Yargıtay Kararı 13. Hukuk Dairesi 2016/17875 E. 2018/8113 K. 18.09.2018 T.

YARGITAY KARARI
DAİRE : 13. Hukuk Dairesi
ESAS NO : 2016/17875
KARAR NO : 2018/8113
KARAR TARİHİ : 18.09.2018

MAHKEMESİ :Asliye Hukuk Mahkemesi

Taraflar arasındaki alacak davasının yapılan yargılaması sonunda ilamda yazılı nedenlerden dolayı davanın kısmen kabulüne kısmen reddine yönelik olarak verilen hükmün süresi içinde davacı-… avukatınca temyiz edilmesi üzerine dosya incelendi gereği konuşulup düşünüldü.

KARAR

Davacı vekili, müvekkilinin icra dosyasında borçlu olarak gösterilip alacak miktarının davalı alacaklıya elden harici olarak ve vekalet ücreti de vekile ödenmek suretiyle ödendiğini, davalıya yapılan ödemeler ile icra dosyasına yapılan ödemeler nedeni ile dosyada görünen borç miktarından sorumlu olmadıklarını, müvekkili şirketin yaptığı ödemeler nedeni ile borçlu olmadığının tespitine, … İcra Müdürlüğünün 2014/453 esas sayılı dosyasında yapılan takibin dava sonuçlanıncaya kadar durdurulmasına karar verilmesini talep ve dava etmiştir.
Davalı vekili, müvekkilinin kısmi tahsilat yaptığını ancak borcun infaz olmadığını davanın reddini talep etmiştir.
Mahkemece, davalının davacıya dava tarihi itibari ile 4891,04-TL borçlu olduğunun tespitine, bakiye kalan kısmın borçlu olmadığının tespitine ve davanın kısmen kabulüne dair hüküm kurulmuş … İcra Müdürlüğü’nün 2014/453 Esas sayılı dosyasında icra takibinin dava tarihi itibariyle 4891,04TL üzerinden devamına karar verilmiş; hüküm, davacı tarafından temyiz edilmiştir.
1-Eldeki dava, davacının icra dosyasında belirtilen miktarda borçlu olmadığının tespitine ilişkindir. Mahkemece davanın kısmen kabulüne karar verilmiş ise de; davacı dava değerini 1.000,00 TL olarak belirlemiş ve bu miktar üzerinden harç yatırmış, ıslah ile de alacak talebini artırmamıştır.
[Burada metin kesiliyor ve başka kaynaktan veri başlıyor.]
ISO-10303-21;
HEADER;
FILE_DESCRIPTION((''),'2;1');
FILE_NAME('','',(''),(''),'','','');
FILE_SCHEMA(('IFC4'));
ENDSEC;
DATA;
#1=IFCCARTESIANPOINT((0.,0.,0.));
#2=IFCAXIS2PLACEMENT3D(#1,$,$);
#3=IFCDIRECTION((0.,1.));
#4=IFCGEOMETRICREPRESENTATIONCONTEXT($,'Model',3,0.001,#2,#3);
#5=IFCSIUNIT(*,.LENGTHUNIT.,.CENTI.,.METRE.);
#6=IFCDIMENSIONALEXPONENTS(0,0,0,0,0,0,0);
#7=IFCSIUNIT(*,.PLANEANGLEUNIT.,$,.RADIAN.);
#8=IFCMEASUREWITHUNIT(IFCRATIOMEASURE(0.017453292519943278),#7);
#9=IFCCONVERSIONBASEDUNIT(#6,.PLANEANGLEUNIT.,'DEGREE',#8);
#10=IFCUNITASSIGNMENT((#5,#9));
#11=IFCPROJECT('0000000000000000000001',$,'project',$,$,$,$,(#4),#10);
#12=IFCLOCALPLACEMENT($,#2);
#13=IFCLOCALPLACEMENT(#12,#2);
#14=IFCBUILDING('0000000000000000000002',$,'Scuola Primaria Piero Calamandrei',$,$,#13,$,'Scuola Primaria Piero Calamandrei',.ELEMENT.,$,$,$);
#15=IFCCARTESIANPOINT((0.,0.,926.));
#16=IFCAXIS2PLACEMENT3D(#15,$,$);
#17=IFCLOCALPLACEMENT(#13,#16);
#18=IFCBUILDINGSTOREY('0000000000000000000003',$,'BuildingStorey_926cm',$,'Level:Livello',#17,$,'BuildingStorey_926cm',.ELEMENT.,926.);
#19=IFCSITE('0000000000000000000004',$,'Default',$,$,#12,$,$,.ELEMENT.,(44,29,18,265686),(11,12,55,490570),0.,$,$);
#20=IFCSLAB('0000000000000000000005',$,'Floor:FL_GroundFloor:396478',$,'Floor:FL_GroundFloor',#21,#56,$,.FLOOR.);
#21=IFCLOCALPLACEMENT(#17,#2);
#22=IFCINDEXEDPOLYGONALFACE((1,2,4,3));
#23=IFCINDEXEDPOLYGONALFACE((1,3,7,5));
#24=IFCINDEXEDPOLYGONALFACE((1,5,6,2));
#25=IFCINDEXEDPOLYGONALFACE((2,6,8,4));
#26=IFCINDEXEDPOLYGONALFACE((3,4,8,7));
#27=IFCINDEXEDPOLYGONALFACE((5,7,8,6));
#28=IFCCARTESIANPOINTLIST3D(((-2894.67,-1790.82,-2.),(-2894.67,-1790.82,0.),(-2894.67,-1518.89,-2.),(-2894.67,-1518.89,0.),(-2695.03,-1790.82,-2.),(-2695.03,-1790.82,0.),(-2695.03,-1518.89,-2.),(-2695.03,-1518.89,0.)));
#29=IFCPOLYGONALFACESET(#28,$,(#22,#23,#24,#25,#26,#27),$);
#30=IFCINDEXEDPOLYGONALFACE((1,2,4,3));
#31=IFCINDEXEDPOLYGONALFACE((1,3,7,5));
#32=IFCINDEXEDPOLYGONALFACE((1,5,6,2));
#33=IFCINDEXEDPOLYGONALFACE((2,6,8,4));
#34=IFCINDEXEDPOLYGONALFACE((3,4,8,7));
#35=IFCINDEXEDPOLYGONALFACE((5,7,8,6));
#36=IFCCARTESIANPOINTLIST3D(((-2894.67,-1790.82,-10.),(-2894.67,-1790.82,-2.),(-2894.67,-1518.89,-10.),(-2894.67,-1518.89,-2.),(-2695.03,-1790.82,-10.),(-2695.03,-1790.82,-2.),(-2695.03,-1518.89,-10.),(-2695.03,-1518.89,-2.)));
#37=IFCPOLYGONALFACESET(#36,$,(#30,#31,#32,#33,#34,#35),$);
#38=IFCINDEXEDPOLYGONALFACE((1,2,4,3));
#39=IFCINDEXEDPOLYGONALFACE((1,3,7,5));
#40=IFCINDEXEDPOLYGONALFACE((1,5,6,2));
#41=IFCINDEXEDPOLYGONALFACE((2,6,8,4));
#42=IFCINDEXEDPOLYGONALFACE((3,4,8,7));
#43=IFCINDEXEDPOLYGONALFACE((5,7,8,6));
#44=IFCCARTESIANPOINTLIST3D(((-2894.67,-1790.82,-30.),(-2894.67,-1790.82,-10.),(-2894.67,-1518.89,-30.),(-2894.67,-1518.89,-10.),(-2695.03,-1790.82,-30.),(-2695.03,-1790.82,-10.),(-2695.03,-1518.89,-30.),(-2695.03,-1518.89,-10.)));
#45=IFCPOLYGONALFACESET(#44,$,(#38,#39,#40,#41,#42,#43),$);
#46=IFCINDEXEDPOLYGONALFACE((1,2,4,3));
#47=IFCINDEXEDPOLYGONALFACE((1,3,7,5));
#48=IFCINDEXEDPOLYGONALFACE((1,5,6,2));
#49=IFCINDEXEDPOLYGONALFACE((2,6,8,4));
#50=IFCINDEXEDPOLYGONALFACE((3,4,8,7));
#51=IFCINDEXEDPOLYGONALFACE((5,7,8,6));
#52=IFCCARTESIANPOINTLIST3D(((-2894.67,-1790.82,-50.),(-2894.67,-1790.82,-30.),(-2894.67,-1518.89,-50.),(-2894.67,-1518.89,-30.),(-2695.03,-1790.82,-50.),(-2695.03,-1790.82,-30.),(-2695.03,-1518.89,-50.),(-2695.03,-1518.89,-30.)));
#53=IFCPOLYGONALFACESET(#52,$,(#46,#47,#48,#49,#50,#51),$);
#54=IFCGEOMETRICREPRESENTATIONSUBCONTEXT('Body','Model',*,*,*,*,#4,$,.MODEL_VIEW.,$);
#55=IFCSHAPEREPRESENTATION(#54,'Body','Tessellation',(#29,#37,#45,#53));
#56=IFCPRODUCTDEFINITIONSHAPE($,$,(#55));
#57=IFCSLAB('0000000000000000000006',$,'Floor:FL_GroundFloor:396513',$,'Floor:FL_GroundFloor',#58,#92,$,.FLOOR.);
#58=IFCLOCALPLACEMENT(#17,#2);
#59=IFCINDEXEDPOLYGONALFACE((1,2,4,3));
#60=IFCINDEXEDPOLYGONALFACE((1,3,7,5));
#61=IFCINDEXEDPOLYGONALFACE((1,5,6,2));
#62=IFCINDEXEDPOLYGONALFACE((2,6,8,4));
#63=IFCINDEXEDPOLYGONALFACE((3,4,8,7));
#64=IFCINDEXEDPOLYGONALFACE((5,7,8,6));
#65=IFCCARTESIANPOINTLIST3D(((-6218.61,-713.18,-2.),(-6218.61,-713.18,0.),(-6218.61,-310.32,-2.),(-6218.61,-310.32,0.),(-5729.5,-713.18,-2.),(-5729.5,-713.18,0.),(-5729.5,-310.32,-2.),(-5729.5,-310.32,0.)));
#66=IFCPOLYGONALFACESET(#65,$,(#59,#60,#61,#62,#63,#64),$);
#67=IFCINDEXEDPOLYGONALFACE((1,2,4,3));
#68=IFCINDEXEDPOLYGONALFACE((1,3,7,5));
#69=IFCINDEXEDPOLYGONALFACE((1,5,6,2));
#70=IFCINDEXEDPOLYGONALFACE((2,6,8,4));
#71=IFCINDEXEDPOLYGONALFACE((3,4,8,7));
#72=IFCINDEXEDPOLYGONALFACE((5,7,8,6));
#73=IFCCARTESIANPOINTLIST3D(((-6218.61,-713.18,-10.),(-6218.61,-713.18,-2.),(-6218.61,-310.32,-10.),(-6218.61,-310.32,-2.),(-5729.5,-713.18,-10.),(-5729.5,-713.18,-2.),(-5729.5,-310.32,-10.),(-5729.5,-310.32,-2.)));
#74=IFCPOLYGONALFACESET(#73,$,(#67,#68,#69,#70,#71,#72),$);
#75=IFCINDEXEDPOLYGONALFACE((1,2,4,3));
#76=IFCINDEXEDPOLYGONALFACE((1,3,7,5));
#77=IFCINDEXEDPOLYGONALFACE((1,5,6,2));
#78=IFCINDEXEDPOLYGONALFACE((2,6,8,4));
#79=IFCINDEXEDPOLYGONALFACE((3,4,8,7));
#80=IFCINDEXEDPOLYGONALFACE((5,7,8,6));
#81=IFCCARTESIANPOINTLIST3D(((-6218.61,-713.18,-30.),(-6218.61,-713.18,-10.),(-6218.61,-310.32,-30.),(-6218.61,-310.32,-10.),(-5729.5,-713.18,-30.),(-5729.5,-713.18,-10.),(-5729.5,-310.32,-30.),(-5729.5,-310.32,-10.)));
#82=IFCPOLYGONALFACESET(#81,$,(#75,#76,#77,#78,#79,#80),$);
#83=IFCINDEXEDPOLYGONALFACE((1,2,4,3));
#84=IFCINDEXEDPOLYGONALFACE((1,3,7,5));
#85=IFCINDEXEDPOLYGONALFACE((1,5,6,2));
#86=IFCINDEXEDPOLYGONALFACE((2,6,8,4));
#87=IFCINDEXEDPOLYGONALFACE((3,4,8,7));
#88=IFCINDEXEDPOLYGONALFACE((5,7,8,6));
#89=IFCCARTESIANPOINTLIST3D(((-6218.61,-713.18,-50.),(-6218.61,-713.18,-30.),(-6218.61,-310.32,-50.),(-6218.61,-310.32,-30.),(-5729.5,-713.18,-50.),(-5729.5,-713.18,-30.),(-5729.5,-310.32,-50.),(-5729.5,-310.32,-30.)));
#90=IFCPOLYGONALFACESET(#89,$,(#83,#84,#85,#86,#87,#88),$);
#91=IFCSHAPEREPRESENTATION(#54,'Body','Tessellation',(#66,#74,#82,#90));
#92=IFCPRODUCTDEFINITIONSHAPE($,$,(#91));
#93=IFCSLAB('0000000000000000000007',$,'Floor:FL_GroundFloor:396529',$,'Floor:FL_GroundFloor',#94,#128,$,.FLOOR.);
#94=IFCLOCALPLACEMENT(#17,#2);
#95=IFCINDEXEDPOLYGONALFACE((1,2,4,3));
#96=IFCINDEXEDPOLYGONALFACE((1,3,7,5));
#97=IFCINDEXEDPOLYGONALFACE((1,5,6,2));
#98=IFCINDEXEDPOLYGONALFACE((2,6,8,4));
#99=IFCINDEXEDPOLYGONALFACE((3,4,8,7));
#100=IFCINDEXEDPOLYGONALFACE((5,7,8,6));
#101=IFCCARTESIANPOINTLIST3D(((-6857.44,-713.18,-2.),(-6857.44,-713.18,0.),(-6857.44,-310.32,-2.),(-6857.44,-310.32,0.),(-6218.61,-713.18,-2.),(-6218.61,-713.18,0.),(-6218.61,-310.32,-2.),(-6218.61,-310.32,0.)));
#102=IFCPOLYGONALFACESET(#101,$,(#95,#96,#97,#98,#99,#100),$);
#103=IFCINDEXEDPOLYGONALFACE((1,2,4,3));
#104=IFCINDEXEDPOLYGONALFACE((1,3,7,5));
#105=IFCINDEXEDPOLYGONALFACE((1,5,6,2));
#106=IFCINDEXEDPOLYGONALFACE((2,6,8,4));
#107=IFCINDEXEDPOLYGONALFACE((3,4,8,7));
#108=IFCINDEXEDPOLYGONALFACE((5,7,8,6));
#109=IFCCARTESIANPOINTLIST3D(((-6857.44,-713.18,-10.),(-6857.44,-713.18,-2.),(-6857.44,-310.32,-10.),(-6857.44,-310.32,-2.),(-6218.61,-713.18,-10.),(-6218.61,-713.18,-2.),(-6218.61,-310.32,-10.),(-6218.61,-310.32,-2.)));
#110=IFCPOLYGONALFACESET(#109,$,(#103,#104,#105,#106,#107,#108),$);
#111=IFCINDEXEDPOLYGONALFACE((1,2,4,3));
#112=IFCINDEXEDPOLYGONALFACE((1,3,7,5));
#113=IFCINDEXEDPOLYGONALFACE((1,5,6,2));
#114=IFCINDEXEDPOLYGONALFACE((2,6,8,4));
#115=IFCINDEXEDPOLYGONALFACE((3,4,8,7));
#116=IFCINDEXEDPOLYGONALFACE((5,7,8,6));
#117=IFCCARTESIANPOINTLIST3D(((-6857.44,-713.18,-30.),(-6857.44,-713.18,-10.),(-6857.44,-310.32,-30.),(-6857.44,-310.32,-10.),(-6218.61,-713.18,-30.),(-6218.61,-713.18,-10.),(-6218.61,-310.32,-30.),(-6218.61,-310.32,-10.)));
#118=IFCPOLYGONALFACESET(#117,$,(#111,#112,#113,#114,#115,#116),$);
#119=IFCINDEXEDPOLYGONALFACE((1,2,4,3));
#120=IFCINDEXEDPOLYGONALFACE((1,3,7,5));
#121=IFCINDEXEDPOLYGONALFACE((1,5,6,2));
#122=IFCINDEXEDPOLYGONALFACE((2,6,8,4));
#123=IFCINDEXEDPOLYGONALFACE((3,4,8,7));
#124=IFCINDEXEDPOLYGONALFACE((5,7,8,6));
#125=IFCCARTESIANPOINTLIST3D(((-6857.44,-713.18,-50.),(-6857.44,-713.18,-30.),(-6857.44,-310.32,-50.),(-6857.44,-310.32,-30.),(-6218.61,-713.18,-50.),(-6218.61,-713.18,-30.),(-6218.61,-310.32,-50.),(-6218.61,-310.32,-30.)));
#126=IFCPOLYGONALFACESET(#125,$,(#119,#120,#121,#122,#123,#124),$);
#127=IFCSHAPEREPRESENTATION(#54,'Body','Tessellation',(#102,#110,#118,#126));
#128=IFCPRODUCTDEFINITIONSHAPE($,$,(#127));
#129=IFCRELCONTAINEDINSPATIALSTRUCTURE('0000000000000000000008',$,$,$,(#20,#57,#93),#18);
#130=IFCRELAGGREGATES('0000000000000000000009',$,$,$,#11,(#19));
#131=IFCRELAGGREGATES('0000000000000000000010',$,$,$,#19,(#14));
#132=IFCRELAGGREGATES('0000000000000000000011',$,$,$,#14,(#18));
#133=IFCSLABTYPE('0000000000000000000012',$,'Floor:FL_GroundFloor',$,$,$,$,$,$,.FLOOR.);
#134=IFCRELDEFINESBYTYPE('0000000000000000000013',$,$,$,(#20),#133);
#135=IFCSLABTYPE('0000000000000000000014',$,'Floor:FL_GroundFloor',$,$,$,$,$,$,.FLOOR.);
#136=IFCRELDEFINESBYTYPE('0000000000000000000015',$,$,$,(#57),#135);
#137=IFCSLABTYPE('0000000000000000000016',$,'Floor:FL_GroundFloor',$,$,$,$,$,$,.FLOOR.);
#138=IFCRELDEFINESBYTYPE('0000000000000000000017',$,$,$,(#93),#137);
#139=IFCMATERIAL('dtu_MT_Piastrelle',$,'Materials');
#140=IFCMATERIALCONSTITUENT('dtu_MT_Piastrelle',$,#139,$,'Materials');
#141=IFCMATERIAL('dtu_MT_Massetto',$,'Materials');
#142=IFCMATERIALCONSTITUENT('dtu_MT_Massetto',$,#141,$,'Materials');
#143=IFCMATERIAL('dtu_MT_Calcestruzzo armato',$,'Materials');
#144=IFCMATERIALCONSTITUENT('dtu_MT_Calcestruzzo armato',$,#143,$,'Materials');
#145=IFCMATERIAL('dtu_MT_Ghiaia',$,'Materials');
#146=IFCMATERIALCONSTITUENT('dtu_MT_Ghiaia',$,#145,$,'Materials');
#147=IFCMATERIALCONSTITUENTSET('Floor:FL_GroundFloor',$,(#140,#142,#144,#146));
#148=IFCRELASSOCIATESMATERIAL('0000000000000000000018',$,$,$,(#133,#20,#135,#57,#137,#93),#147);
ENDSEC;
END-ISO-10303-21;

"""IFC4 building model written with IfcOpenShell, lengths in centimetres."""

from ifc_helpers import new_model, entity, si_unit, converted_unit, direction, frame, origin, place, context, subcontext, project, spatial, indexed_curve, outline, extrude, material, constituent, constituent_set, type_object, element, save


model = new_model("IFC4")

# Units and contexts
model_context = context("Model", 3, precision=0.001, world=origin(), true_north=direction((0.0, 1.0)))
body_context = subcontext(model_context, "Body", "Model", "MODEL_VIEW")
ifc_project = project(units=[si_unit("LENGTHUNIT", "METRE", prefix="CENTI"), converted_unit("PLANEANGLEUNIT", "DEGREE", entity("IfcRatioMeasure", 0.017453292519943278), si_unit("PLANEANGLEUNIT", "RADIAN"), dimensions=[0, 0, 0, 0, 0, 0, 0])], contexts=[model_context])

# Site, building, storey
site_placement = place(None, origin())
site = spatial("IfcSite", under=ifc_project, at=site_placement, Name="Default", CompositionType="ELEMENT", RefLatitude=(44, 29, 18, 265686), RefLongitude=(11, 12, 55, 490570), RefElevation=0.0)
building_placement = place(site_placement, origin())
building = spatial("IfcBuilding", under=site, at=building_placement, Name="Scuola Primaria Piero Calamandrei", LongName="Scuola Primaria Piero Calamandrei", CompositionType="ELEMENT")
storey_placement = place(building_placement, frame((0.0, 0.0, 926.0)))
storey = spatial("IfcBuildingStorey", under=building, at=storey_placement, Name="BuildingStorey_926cm", ObjectType="Level:Livello", LongName="BuildingStorey_926cm", CompositionType="ELEMENT", Elevation=926.0)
Hemen belirtilmelidir ki 6100 sayılı HMK.nun 26/1. maddesi gereğince hakim, tarafların talep sonuçlarıyla bağlı olup, ondan fazlasına veya başka bir şeye karar veremez. Anılan yasal düzenleme ışığında somut olaya bakıldığında, mahkemece davacının talebi miktarına göre değerlendirme yapılarak oluşan duruma göre kabul veya red kararı verilmesi gerekirken, bu talebini aşacak şekilde bilirkişi raporu esas alınarak borçlu olmadığının tespitine hükmedilmiş olması usul ve yasaya aykırı olup, bozma nedenidir.
2-Bozma nedenine göre davacı tarafın sair temyiz itirazlarının incelenmesine bu aşamada gerek görülmemiştir.
SONUÇ: Yukarıda birinci bentte açıklanan nedenlerle hükmün BOZULMASINA, ikinci bentte açıklanan nedenlerle davacı tarafın sair temyiz itirazlarının incelenmesine bu aşamada yer olmadığına, peşin alınan harcın istek halinde iadesine, HUMK’nun 440/III-1 maddesi uyarınca karar düzeltme yolu kapalı olmak üzere, 18/09/2018 gününde oybirliğiyle karar verildi.